# Stuck Quill Locks on Atlas QC54 Tail Stock



## GerryS (Jul 26, 2018)

Hello,
I am a rank beginner to this.

The quill on the tailstock turns, but with great difficulty.  It seems the quill locks are stuck mostly closed.  I can't get the quill out because once off the thread it is too tight to pull.
Any suggestions on how to free the quill locks?  I think they have sat for a long time not in use as the guy mostly did small pieces using the chuck on this lathe for decades.

Thank you.

[I made this over in Atlas, I don't see a way to delete it here.  Sorry.]


----------



## JimDawson (Jul 26, 2018)

I guess I would start with a 50/50 mix of acetone and automatic transmission fluid.  Soak anything you can get to. Loosen the lock screw and tap on it with a soft hammer or punch.  Then try to work the quill in and out.  Eventually it should loosen up.


----------



## GerryS (Jul 26, 2018)

Hello,
Thank you.  That is what I have been trying to do although I have been squirting it in as I didn't want to lose the original paint.  I am not sure the fluid is getting in between as it is so tight. I just put some more in.  Do you think soaking would work?
I will keep trying. I am new to this and afraid to break anything.


----------



## RJSakowski (Jul 26, 2018)

It depends on the locking mechanism.  Some lathe use a split clamp which is tightened by the locking screw.  Tapping on the screw would loosen the bottom half but do nothing for the top half.  If the screw were removed, it might be possible to insert a hook and pull the upper clamp.  If the tailstock is splot, a simple wedge in the slot would work.

Aside from the lock, consider that the key which prevents the quill from rotating is distorted and is preventing free travel.  This happened on my 602 lathe.

To remove the stuck quill after disengagement of the lead screw, clamp the quill in the headstock chuck and with some judicious tapping on the tailstock. it should come out.  You could also remove the lead scre and insert a rod into the quill socket to drive it out.


----------



## GerryS (Jul 26, 2018)

Thank you.
What should I wrap around the quill in the chuck to keep it from getting marred?
The lead screw only screws out so far (a little passed the key insert) and then seems to be stuck on the cap on the back of the tailstock.
Is the key the same as that set screw on the bottom?  (I am very new to this.)


----------



## Superburban (Jul 26, 2018)

On one of my 618's, the clamp pieces were made from the Zmac or whatever its called, and bond up tight.

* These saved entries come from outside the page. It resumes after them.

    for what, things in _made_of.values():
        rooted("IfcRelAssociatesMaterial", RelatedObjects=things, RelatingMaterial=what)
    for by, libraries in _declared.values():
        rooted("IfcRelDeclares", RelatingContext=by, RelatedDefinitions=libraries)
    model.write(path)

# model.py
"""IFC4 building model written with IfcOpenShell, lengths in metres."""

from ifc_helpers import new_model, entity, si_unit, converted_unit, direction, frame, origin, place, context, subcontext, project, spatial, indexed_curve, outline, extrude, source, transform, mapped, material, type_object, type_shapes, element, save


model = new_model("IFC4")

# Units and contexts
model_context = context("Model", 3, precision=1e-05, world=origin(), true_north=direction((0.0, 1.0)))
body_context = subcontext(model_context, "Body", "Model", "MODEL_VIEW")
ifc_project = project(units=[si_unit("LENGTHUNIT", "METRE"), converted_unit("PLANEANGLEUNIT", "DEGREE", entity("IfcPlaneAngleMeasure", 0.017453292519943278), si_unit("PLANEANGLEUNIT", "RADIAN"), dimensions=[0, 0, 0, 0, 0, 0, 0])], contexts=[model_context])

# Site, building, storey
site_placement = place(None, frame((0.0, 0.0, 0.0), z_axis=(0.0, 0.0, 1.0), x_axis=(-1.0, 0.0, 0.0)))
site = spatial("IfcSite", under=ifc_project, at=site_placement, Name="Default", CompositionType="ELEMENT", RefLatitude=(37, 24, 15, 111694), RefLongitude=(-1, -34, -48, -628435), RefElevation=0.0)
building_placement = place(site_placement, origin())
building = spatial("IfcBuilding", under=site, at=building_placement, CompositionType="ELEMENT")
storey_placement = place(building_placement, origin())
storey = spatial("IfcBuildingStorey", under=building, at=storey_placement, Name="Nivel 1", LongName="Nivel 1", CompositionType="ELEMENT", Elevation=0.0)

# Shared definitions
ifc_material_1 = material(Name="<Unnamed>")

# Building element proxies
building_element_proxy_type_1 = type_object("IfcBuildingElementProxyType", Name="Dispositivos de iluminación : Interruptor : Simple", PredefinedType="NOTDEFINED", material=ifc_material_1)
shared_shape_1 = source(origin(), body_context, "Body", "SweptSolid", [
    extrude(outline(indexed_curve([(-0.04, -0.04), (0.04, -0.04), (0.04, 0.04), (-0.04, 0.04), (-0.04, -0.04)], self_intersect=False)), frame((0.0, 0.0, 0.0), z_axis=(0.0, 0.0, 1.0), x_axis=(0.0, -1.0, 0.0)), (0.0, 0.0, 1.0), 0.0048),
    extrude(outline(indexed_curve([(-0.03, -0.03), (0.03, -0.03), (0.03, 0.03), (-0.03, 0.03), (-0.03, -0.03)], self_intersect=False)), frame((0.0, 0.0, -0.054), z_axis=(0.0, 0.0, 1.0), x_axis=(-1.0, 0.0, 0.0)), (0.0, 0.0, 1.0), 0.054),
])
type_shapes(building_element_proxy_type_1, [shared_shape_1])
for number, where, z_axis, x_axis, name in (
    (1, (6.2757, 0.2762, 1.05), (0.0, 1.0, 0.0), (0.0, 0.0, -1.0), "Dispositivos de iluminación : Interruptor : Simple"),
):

I ended up taking the lock lever out, and screwing a screw into the bottom half, and pounding it loose. Then I could get the quill out. Ended up drilling and breaking up the top clamp. Did not matter, as neither was usable. Made some replacements out of aluminum. I thought about using a helicoil in the bottom half, to give the threads a longer lease on life, but they have been fine without it.


----------



## GerryS (Jul 26, 2018)

Hello,
Thanks.  
>>Then I could get the quill out. Ended up drilling and breaking up the top clamp. Did not matter, as neither was usable. Made some replacements out of aluminum.<<
Good to know it is an option.  As I am brand new, I am not sure I could machine the parts.  But one day I should be able to do so.


----------



## Dave Paine (Jul 26, 2018)

Do you have a hydraulic press?   Sometimes consistent force from a press works a lot better than a hammer.   I just had an MT2 taper stuck in my rotary table.   I bent a 3/8in bolt trying to hammer this out.   I then used the hydraulic press and it is now out.

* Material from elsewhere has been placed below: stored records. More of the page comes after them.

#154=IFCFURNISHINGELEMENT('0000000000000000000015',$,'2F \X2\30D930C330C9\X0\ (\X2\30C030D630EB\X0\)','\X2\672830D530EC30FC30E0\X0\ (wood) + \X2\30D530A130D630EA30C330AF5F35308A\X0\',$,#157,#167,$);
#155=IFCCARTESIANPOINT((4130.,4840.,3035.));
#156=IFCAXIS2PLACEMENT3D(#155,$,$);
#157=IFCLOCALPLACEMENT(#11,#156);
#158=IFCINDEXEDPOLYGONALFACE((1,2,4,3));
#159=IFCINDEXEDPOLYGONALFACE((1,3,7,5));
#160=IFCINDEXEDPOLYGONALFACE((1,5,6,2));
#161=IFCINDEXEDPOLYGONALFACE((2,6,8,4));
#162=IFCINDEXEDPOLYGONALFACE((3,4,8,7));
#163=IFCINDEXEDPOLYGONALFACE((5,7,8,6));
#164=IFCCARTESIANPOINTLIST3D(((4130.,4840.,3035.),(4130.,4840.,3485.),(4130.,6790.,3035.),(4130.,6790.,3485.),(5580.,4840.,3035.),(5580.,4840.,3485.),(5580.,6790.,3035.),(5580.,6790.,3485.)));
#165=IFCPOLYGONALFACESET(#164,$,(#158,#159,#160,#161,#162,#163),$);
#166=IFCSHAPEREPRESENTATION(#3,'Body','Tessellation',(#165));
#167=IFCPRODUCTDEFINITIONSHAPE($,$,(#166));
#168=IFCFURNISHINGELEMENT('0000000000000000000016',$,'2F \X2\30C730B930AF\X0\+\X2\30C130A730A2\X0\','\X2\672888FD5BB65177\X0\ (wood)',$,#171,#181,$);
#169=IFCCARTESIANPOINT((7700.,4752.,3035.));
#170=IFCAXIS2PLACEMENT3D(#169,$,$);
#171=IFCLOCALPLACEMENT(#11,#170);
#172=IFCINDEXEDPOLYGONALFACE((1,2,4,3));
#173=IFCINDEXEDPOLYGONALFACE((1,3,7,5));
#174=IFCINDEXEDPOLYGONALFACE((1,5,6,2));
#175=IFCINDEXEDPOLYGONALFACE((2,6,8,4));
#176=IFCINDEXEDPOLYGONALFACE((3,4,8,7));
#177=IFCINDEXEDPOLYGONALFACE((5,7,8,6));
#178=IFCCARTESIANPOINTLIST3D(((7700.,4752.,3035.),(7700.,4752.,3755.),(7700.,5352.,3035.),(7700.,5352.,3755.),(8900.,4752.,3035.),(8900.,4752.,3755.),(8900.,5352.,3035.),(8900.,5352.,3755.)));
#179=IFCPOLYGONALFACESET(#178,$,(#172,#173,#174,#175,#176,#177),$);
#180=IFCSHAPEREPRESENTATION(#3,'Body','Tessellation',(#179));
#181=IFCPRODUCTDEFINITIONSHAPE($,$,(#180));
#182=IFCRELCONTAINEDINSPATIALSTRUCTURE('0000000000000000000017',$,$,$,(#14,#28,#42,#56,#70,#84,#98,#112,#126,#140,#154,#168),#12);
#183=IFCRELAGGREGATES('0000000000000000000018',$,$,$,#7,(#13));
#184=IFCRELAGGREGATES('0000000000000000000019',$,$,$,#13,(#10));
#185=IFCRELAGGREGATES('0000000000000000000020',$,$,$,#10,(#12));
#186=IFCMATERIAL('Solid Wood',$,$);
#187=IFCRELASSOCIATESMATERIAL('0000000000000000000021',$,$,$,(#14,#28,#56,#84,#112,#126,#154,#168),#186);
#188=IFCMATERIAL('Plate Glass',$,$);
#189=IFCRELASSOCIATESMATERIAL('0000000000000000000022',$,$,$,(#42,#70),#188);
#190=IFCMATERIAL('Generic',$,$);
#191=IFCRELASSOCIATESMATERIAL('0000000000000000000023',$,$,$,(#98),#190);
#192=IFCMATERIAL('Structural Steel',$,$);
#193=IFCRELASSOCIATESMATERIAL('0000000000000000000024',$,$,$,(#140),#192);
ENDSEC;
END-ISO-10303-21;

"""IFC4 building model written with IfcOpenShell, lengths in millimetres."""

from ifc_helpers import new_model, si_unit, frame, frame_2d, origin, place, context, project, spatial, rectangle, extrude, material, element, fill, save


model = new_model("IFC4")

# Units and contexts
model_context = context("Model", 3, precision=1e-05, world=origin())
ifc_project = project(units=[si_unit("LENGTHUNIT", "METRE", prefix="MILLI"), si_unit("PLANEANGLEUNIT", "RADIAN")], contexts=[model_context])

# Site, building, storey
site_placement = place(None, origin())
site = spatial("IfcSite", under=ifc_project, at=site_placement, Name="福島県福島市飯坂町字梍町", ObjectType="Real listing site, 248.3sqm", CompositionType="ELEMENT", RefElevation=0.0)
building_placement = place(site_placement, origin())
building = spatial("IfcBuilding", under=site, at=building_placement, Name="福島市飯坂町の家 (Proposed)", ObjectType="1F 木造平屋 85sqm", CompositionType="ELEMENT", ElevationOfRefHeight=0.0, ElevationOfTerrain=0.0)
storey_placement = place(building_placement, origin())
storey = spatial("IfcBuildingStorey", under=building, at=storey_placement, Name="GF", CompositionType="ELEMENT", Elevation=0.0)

You are about 2 1/2 hr west of me.  If you cannot get this free, we can meet up somewhere on I80 and I will try and get it free, or drill out the screw on my milling machine.


----------



## GerryS (Jul 26, 2018)

Hello,
>>Do you have a hydraulic press?<<
Thank you very much.  I often travel to Doylestown PA where my brother lives.
I am thinking about going to a meet up of hobby machinists in Allentown PA on the 18th of August, and then down to my brothers.  So I will be making a sweep down through PA in a few weekends.
May I message you my information?


----------



## Superburban (Jul 26, 2018)

GerryS said:


> Hello,
> Thanks.
> >>Then I could get the quill out. Ended up drilling and breaking up the top clamp. Did not matter, as neither was usable. Made some replacements out of aluminum.<<
> Good to know it is an option.  As I am brand new, I am not sure I could machine the parts.  But one day I should be able to do so.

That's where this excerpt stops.